The task:
Below are the records; copy every line in them that holds the string "IFCRELFILLSELEMENT".

Input data Start Marker

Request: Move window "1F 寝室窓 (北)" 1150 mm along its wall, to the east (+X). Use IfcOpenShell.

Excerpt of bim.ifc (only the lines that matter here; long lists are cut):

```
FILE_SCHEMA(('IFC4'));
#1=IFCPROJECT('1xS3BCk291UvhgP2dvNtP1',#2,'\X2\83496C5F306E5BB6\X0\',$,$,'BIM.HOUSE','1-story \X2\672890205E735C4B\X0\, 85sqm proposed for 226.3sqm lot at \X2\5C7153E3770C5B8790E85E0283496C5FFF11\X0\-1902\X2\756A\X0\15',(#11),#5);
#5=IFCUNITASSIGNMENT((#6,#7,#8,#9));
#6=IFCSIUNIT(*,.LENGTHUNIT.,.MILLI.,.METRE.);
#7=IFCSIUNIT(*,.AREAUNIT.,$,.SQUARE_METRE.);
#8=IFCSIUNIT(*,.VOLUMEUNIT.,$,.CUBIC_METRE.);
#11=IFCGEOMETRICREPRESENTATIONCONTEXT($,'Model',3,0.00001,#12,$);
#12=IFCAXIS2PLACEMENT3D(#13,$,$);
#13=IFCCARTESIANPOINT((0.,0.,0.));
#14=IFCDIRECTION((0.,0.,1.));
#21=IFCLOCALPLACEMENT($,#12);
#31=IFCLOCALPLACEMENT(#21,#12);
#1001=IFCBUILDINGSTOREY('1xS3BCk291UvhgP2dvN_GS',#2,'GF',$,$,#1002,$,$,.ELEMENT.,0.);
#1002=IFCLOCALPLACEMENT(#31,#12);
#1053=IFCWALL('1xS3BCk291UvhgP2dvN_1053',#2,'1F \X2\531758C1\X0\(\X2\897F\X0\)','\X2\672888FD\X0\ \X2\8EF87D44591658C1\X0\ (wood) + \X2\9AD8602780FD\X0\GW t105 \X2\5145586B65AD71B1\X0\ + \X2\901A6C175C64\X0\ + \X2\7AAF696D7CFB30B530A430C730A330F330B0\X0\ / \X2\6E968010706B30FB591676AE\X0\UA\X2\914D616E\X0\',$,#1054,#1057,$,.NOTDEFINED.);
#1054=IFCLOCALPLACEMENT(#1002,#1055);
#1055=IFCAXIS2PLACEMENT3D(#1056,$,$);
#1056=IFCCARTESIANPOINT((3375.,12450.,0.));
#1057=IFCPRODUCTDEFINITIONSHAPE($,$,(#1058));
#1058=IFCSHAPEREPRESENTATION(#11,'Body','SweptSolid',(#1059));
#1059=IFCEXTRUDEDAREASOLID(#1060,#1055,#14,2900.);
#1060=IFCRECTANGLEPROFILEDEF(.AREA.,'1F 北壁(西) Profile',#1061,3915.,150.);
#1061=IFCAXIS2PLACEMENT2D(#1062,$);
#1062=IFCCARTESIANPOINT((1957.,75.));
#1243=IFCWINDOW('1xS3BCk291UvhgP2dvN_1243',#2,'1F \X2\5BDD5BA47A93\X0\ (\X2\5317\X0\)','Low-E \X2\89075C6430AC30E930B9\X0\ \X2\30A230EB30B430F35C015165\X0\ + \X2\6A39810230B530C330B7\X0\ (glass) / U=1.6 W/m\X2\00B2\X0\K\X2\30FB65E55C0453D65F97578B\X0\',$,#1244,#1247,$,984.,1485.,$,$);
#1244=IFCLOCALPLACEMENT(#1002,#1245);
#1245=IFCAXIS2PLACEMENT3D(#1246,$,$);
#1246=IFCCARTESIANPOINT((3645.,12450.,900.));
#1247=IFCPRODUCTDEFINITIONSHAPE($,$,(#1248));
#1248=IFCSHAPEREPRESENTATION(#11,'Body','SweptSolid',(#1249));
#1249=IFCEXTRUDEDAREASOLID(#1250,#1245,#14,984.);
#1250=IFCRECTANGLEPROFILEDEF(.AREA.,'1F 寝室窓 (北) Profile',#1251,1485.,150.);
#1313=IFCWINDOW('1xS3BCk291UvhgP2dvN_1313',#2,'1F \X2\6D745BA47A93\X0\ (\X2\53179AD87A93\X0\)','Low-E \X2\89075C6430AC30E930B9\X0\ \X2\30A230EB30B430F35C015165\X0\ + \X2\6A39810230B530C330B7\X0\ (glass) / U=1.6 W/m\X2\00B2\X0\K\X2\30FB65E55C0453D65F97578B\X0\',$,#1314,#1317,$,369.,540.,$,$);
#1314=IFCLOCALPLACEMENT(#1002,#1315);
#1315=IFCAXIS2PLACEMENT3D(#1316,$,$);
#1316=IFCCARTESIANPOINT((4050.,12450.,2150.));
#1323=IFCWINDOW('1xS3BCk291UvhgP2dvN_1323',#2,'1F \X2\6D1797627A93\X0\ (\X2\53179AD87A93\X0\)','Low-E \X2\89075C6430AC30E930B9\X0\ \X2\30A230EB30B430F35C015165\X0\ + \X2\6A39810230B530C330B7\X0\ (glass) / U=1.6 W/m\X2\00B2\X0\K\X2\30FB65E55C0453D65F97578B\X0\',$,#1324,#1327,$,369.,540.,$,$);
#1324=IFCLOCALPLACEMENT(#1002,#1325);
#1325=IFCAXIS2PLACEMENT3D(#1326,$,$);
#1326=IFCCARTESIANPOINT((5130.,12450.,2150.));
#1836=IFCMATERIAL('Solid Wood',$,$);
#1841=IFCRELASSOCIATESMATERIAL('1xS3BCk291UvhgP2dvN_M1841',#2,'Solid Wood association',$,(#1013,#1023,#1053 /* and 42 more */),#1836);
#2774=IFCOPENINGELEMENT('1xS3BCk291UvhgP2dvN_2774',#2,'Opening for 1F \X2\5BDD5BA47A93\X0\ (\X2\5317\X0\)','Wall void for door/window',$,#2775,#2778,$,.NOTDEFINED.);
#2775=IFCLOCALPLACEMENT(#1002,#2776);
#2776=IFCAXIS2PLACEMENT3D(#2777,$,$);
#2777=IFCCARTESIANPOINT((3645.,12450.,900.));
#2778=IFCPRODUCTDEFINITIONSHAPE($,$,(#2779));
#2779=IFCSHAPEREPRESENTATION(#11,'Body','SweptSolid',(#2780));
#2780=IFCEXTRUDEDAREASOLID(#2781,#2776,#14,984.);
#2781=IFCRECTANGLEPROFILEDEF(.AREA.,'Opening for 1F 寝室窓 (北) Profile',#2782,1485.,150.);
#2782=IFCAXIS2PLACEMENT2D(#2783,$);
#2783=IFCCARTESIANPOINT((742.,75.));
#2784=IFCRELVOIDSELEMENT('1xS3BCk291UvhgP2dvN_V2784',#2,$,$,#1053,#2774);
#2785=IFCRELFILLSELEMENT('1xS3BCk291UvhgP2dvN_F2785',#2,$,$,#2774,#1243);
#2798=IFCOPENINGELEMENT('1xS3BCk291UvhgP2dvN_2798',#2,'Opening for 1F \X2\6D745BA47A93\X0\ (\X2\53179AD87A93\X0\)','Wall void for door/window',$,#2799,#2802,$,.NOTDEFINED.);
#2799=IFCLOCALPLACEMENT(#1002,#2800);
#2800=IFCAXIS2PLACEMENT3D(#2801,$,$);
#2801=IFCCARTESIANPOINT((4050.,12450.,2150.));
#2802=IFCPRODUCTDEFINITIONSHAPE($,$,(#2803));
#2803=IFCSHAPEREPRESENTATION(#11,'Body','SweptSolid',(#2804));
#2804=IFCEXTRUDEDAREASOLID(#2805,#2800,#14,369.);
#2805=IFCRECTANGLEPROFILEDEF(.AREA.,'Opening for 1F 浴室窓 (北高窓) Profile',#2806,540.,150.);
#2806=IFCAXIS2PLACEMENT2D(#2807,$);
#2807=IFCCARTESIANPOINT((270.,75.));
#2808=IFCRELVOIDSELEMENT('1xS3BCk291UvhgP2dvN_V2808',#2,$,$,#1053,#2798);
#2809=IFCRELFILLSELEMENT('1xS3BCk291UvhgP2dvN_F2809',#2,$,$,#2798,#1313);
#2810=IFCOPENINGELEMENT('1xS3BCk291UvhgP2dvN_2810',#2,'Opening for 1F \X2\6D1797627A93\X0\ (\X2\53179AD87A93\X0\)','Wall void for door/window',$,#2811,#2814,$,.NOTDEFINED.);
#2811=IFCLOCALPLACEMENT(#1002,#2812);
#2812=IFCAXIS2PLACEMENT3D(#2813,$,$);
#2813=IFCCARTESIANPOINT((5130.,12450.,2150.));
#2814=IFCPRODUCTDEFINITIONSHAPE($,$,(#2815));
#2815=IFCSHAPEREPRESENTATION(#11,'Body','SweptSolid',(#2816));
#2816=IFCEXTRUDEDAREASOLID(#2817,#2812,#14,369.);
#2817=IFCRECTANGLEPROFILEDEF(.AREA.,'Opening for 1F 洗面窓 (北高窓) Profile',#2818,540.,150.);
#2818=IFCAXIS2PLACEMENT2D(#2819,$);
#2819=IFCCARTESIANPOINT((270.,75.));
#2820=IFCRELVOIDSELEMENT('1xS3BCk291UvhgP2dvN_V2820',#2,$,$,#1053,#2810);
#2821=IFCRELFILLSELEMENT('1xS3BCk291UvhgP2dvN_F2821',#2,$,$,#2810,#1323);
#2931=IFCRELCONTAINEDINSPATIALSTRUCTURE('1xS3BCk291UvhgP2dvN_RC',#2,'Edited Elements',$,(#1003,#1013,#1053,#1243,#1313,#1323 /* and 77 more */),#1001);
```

```python
import ifcopenshell
import ifcopenshell.api.geometry
import ifcopenshell.util.placement

model = ifcopenshell.open("bim.ifc")

window = model.by_id(1243)
opening = window.FillsVoids[0].RelatingOpeningElement
wall = opening.VoidsElements[0].RelatingBuildingElement

wall_matrix = ifcopenshell.util.placement.get_local_placement(wall.ObjectPlacement)
shift = wall_matrix[:3, 0] * 1150.0
before = ifcopenshell.util.placement.get_local_placement(window.ObjectPlacement)[:3, 3].copy()

# The window is not placed relative to its opening, so move both.
for product in (opening, window):
    matrix = ifcopenshell.util.placement.get_local_placement(product.ObjectPlacement)
    matrix[:3, 3] += shift
    ifcopenshell.api.geometry.edit_object_placement(model, product=product, matrix=matrix, is_si=False)

after = ifcopenshell.util.placement.get_local_placement(window.ObjectPlacement)[:3, 3]
print("window moved by", (after - before).round(3) + 0.0)

model.write("bim_updated.ifc")
```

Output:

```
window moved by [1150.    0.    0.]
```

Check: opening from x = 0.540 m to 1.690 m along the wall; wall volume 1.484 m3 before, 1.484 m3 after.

Input data End Marker

Solution:
#2785=IFCRELFILLSELEMENT('1xS3BCk291UvhgP2dvN_F2785',#2,$,$,#2774,#1243);
#2809=IFCRELFILLSELEMENT('1xS3BCk291UvhgP2dvN_F2809',#2,$,$,#2798,#1313);
#2821=IFCRELFILLSELEMENT('1xS3BCk291UvhgP2dvN_F2821',#2,$,$,#2810,#1323);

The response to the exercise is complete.